The prevalence of sacramental worship in the Anglican Church
in North America is attributable in part to the sacramentalism of the
conservative traditionalist Anglo-Catholic element that forms a part of its
base. It is also attributable in part to the influence of the Ancient Future
worship renewal movement upon other elements forming that base.
The Ancient Future worship renewal movement with its emphasis
upon sacramental worship is an expression of the convergence movement. It is one
of the expressions of the convergence movement with which congregations and
clergy in the Anglican Church in North America are most familiar.
The Ancient Future worship renewal movement was also
influential in the Episcopal Church before the AMiA and the ACNA broke away
from that body. The Ancient Future worship renewal movement was popular with
the faculty and students of the Trinity Episcopal School for Ministry. TESM is
still one of its centers of influence.
The convergence movement is an outgrowth of the charismatic
movement and shares a number of its characteristics. It is interested in
reanimating inherited doctrinal and devotional traditions. It is prone to
emphasize subjective experience and feeling. Its commitment to revealed truth
in Scripture has been described as not particularly strong or vigorous.

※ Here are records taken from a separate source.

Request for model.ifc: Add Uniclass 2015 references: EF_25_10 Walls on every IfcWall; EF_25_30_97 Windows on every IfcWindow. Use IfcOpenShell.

First a look at what the model holds.

```python
import ifcopenshell

model = ifcopenshell.open("model.ifc")
print(model.schema)
print("classifications:", [c.Name for c in model.by_type("IfcClassification")])
for ifc_class in ("IfcDoor", "IfcRoof", "IfcStair", "IfcWall", "IfcWindow"):
    print(ifc_class, len(model.by_type(ifc_class)))
```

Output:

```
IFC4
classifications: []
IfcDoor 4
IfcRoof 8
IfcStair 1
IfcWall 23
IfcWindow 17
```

```python
import ifcopenshell
import ifcopenshell.api.classification

model = ifcopenshell.open("model.ifc")

system = ifcopenshell.api.classification.add_classification(model, classification="Uniclass 2015")

codes = {
    "IfcWall": ("EF_25_10", "Walls"),
    "IfcWindow": ("EF_25_30_97", "Windows"),
}
for ifc_class, (code, name) in codes.items():
    products = model.by_type(ifc_class)
    ifcopenshell.api.classification.add_reference(
        model, products=products, classification=system, identification=code, name=name
    )
    print(code, len(products))

model.write("model_edited.ifc")
```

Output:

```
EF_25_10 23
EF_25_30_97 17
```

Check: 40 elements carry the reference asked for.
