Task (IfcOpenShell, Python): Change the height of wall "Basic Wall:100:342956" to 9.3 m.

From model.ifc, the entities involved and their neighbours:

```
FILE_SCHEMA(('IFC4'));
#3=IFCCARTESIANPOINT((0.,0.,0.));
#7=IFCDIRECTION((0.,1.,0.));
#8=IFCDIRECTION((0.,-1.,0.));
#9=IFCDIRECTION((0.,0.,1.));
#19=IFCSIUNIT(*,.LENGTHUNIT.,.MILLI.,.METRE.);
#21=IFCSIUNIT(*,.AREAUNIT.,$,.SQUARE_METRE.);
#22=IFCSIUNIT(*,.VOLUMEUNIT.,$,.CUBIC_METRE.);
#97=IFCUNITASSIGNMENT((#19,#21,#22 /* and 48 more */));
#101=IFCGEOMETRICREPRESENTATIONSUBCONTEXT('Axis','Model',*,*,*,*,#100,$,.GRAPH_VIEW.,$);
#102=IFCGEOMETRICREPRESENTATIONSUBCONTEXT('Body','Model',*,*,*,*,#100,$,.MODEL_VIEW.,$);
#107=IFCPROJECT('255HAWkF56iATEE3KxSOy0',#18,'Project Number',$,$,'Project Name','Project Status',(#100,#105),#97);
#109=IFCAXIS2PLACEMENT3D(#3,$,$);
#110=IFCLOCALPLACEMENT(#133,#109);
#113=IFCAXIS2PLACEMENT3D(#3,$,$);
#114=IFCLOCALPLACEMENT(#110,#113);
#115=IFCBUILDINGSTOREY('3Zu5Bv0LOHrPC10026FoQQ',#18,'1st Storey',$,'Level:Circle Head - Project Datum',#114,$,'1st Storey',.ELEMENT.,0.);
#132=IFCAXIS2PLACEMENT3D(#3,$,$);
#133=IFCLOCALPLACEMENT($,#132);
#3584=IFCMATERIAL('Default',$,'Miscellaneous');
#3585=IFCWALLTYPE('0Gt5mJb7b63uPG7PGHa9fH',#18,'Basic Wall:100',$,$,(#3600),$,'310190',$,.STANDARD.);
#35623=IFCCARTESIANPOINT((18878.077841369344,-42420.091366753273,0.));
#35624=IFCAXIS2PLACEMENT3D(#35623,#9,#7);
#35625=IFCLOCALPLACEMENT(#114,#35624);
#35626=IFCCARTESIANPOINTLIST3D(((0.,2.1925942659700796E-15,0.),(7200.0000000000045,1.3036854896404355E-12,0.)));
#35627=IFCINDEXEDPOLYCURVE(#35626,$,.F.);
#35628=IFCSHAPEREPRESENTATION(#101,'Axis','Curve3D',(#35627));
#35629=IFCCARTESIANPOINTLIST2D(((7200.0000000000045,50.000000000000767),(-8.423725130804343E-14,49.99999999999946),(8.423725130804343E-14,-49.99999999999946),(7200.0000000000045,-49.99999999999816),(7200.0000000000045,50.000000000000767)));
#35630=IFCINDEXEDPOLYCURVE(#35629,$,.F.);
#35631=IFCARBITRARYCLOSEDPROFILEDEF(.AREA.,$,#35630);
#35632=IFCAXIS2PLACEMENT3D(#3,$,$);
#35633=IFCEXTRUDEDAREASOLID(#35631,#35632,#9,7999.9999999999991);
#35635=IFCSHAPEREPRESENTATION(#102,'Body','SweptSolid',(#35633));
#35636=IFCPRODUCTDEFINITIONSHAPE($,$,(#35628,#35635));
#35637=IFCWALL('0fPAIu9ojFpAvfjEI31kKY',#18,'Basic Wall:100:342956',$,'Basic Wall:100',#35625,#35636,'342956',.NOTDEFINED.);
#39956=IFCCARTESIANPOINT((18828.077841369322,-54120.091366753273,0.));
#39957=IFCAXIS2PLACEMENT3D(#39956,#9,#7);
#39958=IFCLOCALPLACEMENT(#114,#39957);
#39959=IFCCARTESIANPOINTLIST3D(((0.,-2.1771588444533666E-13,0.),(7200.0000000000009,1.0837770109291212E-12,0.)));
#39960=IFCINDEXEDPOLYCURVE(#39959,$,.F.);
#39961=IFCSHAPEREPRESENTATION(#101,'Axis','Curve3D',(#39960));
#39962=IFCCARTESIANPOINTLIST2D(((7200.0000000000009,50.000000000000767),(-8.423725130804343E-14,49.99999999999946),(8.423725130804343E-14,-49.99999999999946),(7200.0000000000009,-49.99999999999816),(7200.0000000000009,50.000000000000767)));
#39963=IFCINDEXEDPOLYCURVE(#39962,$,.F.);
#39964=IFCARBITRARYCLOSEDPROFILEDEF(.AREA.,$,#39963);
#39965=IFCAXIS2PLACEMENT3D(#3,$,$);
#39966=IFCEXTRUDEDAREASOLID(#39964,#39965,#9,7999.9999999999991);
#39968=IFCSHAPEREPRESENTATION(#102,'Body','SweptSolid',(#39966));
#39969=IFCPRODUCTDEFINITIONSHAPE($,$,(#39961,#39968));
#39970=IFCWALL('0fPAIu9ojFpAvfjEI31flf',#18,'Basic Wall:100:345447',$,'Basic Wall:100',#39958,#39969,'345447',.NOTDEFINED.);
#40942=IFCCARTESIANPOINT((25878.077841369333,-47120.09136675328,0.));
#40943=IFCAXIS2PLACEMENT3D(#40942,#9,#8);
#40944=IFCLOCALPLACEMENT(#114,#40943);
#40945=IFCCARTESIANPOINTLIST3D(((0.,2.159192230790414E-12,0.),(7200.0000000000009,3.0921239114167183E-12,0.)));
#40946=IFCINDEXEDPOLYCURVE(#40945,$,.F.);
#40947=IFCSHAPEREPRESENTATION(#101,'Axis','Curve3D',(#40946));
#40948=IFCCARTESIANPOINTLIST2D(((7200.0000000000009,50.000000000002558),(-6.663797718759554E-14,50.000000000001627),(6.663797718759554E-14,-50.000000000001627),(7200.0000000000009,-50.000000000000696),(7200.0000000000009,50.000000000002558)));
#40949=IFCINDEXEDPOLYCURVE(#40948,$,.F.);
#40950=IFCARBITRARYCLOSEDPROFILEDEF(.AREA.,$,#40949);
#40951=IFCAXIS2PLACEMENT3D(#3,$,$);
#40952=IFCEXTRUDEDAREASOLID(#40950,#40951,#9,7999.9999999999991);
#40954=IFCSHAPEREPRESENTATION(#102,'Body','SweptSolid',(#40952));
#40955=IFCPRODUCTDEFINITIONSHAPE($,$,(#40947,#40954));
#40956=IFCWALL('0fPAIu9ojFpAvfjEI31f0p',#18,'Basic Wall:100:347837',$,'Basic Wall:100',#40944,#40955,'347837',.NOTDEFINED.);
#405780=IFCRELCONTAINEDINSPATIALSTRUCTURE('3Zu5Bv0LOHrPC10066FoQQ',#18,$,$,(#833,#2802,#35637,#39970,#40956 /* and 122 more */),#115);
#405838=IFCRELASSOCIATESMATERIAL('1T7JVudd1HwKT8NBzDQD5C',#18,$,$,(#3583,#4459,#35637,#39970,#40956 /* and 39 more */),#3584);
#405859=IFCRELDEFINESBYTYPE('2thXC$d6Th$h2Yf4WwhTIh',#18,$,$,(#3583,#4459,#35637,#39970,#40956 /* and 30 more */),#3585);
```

```python
import ifcopenshell
import ifcopenshell.geom
import ifcopenshell.util.representation
import ifcopenshell.util.shape

model = ifcopenshell.open("model.ifc")
settings = ifcopenshell.geom.settings()


def volume(element):
    """Net volume in cubic metres, openings subtracted."""
    shape = ifcopenshell.geom.create_shape(settings, element)
    return ifcopenshell.util.shape.get_volume(shape.geometry)


wall = model.by_id(35637)
before = volume(wall)

body = ifcopenshell.util.representation.get_representation(wall, "Model", "Body")
solid = body.Items[0]
old_height = solid.Depth
solid.Depth = 9300.0
after = volume(wall)

print(f"height {old_height:g} -> {solid.Depth:g}, volume {before:.3f} -> {after:.3f} m3")

model.write("model-out.ifc")
```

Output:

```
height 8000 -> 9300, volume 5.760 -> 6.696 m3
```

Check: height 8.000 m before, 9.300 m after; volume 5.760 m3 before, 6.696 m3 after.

As long as sacramental worship dominates the worship of the
Anglican Church in North America, the ACNA will not be effective in carrying
out the great commission. New church starts led by deacons or lay catechists or
readers and using the forms for Morning and Evening Prayer from the 1979 Book
of Common Prayer in their worship gatherings are using forms not designed for
use as regular services of public worship.
The forms for Morning and Evening Prayer in Texts for Common Prayer are no improvement.
They are closely modeled on the forms in the 1979 Prayer Book. See the
accompanying article, “Morning and Evening Prayer in Texts for Common Prayer: Tools to Fulfill the GreatCommission?” The Anglican Church in North America has not learned from the experience
of the Episcopal Church and is set on repeating its mistakes.